When a line of the records contains "IFCLOCALPLACEMENT", copy it.

=== Information shown ===

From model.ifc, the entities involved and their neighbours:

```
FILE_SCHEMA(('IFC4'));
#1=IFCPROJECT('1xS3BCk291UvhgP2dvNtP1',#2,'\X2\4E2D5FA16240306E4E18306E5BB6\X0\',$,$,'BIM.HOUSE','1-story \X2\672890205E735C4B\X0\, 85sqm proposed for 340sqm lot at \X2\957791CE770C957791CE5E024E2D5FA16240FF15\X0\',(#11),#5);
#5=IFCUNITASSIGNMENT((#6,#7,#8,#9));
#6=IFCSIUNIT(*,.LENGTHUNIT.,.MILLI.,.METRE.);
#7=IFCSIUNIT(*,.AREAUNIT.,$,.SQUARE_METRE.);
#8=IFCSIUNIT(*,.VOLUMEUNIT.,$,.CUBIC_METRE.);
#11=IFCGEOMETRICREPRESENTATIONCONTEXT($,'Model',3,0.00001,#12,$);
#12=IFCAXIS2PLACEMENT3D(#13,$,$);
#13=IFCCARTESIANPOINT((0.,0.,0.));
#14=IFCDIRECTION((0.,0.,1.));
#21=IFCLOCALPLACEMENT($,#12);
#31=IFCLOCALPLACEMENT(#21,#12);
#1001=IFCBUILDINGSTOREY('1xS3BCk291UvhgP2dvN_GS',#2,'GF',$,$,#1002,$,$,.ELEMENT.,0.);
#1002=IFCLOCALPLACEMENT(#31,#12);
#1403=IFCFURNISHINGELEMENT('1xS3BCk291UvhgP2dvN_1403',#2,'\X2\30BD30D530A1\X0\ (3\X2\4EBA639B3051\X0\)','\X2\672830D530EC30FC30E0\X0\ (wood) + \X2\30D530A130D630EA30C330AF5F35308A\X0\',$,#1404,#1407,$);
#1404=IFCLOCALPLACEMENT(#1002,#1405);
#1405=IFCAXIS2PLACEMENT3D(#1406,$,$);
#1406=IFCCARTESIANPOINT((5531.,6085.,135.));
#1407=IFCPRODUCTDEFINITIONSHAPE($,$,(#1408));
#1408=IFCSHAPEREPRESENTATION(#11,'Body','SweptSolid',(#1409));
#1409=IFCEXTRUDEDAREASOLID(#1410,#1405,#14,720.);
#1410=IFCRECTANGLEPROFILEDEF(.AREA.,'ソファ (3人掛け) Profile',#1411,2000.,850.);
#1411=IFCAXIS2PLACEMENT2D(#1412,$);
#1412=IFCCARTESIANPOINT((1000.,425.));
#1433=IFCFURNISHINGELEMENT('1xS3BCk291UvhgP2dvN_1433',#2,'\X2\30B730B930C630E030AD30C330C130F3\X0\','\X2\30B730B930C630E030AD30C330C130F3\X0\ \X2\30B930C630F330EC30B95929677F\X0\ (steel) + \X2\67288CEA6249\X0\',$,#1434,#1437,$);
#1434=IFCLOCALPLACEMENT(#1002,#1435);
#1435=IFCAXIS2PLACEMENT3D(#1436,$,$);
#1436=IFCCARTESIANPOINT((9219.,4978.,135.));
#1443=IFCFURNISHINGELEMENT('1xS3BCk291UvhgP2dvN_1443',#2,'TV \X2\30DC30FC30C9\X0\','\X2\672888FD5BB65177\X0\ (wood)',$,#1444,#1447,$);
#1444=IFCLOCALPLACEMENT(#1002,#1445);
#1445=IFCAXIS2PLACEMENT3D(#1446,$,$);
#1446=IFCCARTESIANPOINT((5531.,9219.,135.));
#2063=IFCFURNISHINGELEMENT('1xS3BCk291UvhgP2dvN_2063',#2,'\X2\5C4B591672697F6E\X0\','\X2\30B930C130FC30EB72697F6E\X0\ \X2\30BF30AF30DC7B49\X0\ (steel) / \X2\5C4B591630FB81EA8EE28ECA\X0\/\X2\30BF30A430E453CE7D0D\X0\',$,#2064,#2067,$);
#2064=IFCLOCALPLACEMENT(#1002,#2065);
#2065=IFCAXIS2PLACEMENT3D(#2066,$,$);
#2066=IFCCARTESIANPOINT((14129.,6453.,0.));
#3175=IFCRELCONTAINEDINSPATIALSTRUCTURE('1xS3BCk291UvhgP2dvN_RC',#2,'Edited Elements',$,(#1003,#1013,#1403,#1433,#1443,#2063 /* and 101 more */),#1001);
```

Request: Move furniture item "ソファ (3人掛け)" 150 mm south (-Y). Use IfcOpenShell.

```python
import ifcopenshell
import ifcopenshell.api.geometry
import ifcopenshell.util.placement

model = ifcopenshell.open("model.ifc")

item = model.by_guid("1xS3BCk291UvhgP2dvN_1403")
matrix = ifcopenshell.util.placement.get_local_placement(item.ObjectPlacement)
matrix[1, 3] -= 150.0
ifcopenshell.api.geometry.edit_object_placement(model, product=item, matrix=matrix, is_si=False)

print(ifcopenshell.util.placement.get_local_placement(item.ObjectPlacement).round(3) + 0.0)

model.write("model_v2.ifc")
```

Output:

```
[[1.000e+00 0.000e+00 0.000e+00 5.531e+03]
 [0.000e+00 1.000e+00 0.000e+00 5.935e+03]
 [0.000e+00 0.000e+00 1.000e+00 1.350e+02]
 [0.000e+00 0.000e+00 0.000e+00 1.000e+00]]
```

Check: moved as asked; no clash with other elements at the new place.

===

#### Response for this exercise:
#21=IFCLOCALPLACEMENT($,#12);
#31=IFCLOCALPLACEMENT(#21,#12);
#1002=IFCLOCALPLACEMENT(#31,#12);
#1404=IFCLOCALPLACEMENT(#1002,#1405);
#1434=IFCLOCALPLACEMENT(#1002,#1435);
#1444=IFCLOCALPLACEMENT(#1002,#1445);
#2064=IFCLOCALPLACEMENT(#1002,#2065);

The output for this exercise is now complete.